Straight Arm Pushdowns
60x10
r/p
2
r/p
1


DONE...
Skipped Cardio, just had NOTHIN left to continue!!!


----------



## JerseyDevil (Mar 15, 2010)




----------



## katt (Mar 15, 2010)

okay I wanted to know how you could do back and chest on the same day???? 

then I saw the 1/2 for the crossovers.. lol  lol  isn't that the pitts.. you get half way and say  wtf???  why won't the cables move.. DAMN IT!!!!   LOL  LOL   I've totally been there


----------



## Burner02 (Mar 15, 2010)

Hey Katt! I do a similar workout...had to get used to it...then like it better than one BP per day.
(I don't kick as much ass as our resident smiter does, but its still a good workout)
You go from chest to back, then back to chest and thenn abck to back.
It gives your opposing muscle a few minutes to recover while doing the other.

I like it...or did...if I can get back in there....


Hiya arch!
You know the saying: leave it all in the gym! Looks like ya did!


----------



## Gazhole (Mar 16, 2010)

Wow, incredible looking workout right there! Brutal stuff! 
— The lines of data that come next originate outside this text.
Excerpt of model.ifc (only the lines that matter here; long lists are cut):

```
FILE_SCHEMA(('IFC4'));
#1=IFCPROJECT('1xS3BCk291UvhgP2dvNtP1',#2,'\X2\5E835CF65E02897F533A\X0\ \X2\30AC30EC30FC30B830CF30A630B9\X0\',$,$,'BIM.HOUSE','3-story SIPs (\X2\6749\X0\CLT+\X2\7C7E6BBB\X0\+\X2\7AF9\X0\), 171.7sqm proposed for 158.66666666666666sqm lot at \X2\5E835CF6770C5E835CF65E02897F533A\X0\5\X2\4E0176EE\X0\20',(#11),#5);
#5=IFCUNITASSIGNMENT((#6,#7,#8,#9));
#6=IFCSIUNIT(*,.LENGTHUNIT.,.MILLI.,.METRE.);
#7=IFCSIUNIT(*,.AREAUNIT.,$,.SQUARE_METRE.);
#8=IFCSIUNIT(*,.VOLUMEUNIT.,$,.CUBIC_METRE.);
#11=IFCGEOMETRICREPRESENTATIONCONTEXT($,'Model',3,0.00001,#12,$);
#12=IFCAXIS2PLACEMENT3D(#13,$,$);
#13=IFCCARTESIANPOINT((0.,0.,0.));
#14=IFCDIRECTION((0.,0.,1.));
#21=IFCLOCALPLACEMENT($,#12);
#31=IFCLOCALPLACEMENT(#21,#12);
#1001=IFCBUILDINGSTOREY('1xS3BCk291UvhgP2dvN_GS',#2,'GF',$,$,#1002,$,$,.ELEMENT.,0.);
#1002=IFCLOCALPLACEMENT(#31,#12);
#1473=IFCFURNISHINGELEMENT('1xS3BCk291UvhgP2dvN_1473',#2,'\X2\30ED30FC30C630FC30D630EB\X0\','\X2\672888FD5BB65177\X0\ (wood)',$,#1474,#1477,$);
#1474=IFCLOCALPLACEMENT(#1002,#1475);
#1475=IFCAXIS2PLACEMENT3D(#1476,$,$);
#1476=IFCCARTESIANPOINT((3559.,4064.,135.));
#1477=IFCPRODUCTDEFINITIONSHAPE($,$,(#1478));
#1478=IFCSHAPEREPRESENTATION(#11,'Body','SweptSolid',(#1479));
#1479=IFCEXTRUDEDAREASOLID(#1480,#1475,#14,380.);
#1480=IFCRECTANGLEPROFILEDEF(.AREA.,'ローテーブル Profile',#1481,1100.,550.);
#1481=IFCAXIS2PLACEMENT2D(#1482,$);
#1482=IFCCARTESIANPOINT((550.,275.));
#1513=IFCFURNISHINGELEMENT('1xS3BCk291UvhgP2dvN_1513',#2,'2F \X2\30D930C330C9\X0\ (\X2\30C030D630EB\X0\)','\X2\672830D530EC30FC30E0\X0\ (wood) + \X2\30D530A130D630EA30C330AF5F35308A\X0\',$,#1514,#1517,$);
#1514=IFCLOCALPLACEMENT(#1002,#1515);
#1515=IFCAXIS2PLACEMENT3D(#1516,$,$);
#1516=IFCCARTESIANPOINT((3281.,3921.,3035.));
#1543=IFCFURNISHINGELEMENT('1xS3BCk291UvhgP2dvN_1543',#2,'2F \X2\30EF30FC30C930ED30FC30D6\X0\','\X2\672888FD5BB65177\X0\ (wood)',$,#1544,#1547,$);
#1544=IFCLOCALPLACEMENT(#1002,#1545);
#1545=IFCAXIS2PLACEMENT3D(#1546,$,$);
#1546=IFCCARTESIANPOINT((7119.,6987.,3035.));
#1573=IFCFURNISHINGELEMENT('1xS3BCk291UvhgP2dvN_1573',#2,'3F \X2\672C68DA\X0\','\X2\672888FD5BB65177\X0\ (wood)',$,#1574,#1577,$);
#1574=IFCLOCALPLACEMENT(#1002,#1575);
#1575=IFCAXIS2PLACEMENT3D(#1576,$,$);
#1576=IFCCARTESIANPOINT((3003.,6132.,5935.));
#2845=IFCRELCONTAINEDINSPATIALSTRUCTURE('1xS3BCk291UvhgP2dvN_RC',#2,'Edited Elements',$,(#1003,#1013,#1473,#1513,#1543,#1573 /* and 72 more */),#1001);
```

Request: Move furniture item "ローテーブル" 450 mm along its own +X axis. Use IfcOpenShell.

```python
import ifcopenshell
import ifcopenshell.api.geometry
import ifcopenshell.util.placement

model = ifcopenshell.open("model.ifc")

item = model.by_guid("1xS3BCk291UvhgP2dvN_1473")
matrix = ifcopenshell.util.placement.get_local_placement(item.ObjectPlacement)
matrix[:3, 3] += matrix[:3, 0] * 450.0
ifcopenshell.api.geometry.edit_object_placement(model, product=item, matrix=matrix, is_si=False)

print(ifcopenshell.util.placement.get_local_placement(item.ObjectPlacement).round(3) + 0.0)

model.write("model_edited.ifc")
```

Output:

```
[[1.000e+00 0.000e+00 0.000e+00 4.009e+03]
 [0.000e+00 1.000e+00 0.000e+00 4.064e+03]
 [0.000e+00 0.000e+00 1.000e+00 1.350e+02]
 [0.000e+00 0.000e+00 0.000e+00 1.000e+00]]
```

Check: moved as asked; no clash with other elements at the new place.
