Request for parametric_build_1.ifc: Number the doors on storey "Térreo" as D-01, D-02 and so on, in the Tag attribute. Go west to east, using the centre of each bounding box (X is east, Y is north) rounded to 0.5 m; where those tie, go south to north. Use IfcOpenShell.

First a look at what the model holds.

```python
import ifcopenshell
import ifcopenshell.util.element
import ifcopenshell.util.placement

model = ifcopenshell.open("parametric_build_1.ifc")
print(model.schema)
storey = next(s for s in model.by_type("IfcBuildingStorey") if s.Name == "Térreo")
doors = [e for e in ifcopenshell.util.element.get_decomposition(storey) if e.is_a("IfcDoor")]
for e in sorted(doors, key=lambda e: e.id()):
    origin = ifcopenshell.util.placement.get_local_placement(e.ObjectPlacement)[:3, 3]
    print(e.id(), e.Tag, e.Name, origin.round(2) + 0.0, sep=" | ")
```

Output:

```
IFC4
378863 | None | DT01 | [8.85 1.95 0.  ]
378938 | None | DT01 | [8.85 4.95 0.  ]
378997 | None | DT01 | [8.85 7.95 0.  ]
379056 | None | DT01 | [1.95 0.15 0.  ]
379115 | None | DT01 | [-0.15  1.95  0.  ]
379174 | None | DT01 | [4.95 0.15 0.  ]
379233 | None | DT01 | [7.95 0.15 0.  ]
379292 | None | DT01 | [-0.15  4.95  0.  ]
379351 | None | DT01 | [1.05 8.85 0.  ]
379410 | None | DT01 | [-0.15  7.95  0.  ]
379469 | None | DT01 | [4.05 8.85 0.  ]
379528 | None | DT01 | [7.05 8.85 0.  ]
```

```python
import ifcopenshell
import ifcopenshell.geom
import ifcopenshell.util.element
import ifcopenshell.util.shape

model = ifcopenshell.open("parametric_build_1.ifc")
settings = ifcopenshell.geom.settings()
settings.set("use-world-coords", True)


def centre(element):
    shape = ifcopenshell.geom.create_shape(settings, element)
    return ifcopenshell.util.shape.get_bbox_centroid(shape.geometry)


storey = next(s for s in model.by_type("IfcBuildingStorey") if s.Name == "Térreo")
doors = [e for e in ifcopenshell.util.element.get_decomposition(storey) if e.is_a("IfcDoor")]

# Insertion points can sit at a corner or the storey origin, so sort by the geometry (in metres).
centres = {e: centre(e) for e in doors}
doors.sort(key=lambda e: (round(centres[e][0] / 0.5), centres[e][1]))

for i, e in enumerate(doors, start=1):
    number = f"D-{i:02d}"
    e.Tag = number
    print(e.id(), number)

model.write("parametric_build_1_edited.ifc")
```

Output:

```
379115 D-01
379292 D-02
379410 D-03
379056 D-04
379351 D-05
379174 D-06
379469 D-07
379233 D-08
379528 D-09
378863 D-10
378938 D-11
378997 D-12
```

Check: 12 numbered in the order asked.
I gotta get back on the HIT style stuff after this strength phase.


----------



## b_reed23 (Mar 16, 2010)




----------



## T_man (Mar 17, 2010)

Nice stuff Arch. Incline bench 245 is impressive


----------



## King Silverback (Mar 17, 2010)

JerseyDevil said:


>


Thank you JD, Appreciate that my Friend!!!



katt said:


> okay I wanted to know how you could do back and chest on the same day????
> 
> then I saw the 1/2 for the crossovers.. lol  lol  isn't that the pitts.. you get half way and say  wtf???  why won't the cables move.. DAMN IT!!!!   LOL  LOL   I've totally been there


I absolutely LOVE doing back/chest on the same day, I however usually do all of my exercises per bodypart immediatly after, but have been known to alternate to keep the body guessin!!! Totally the pitts, I tried and tried and TRIED, the cables just wouldnt BUDGE any further!!!



Burner02 said:


> Hey Katt! I do a similar workout...had to get used to it...then like it better than one BP per day.
> (I don't kick as much ass as our resident smiter does, but its still a good workout)
> You go from chest to back, then back to chest and thenn abck to back.
> It gives your opposing muscle a few minutes to recover while doing the other.
> ...


Thank you my Friend, I try!!!



Gazhole said:


> Wow, incredible looking workout right there! Brutal stuff!
> 
> I gotta get back on the HIT style stuff after this strength phase.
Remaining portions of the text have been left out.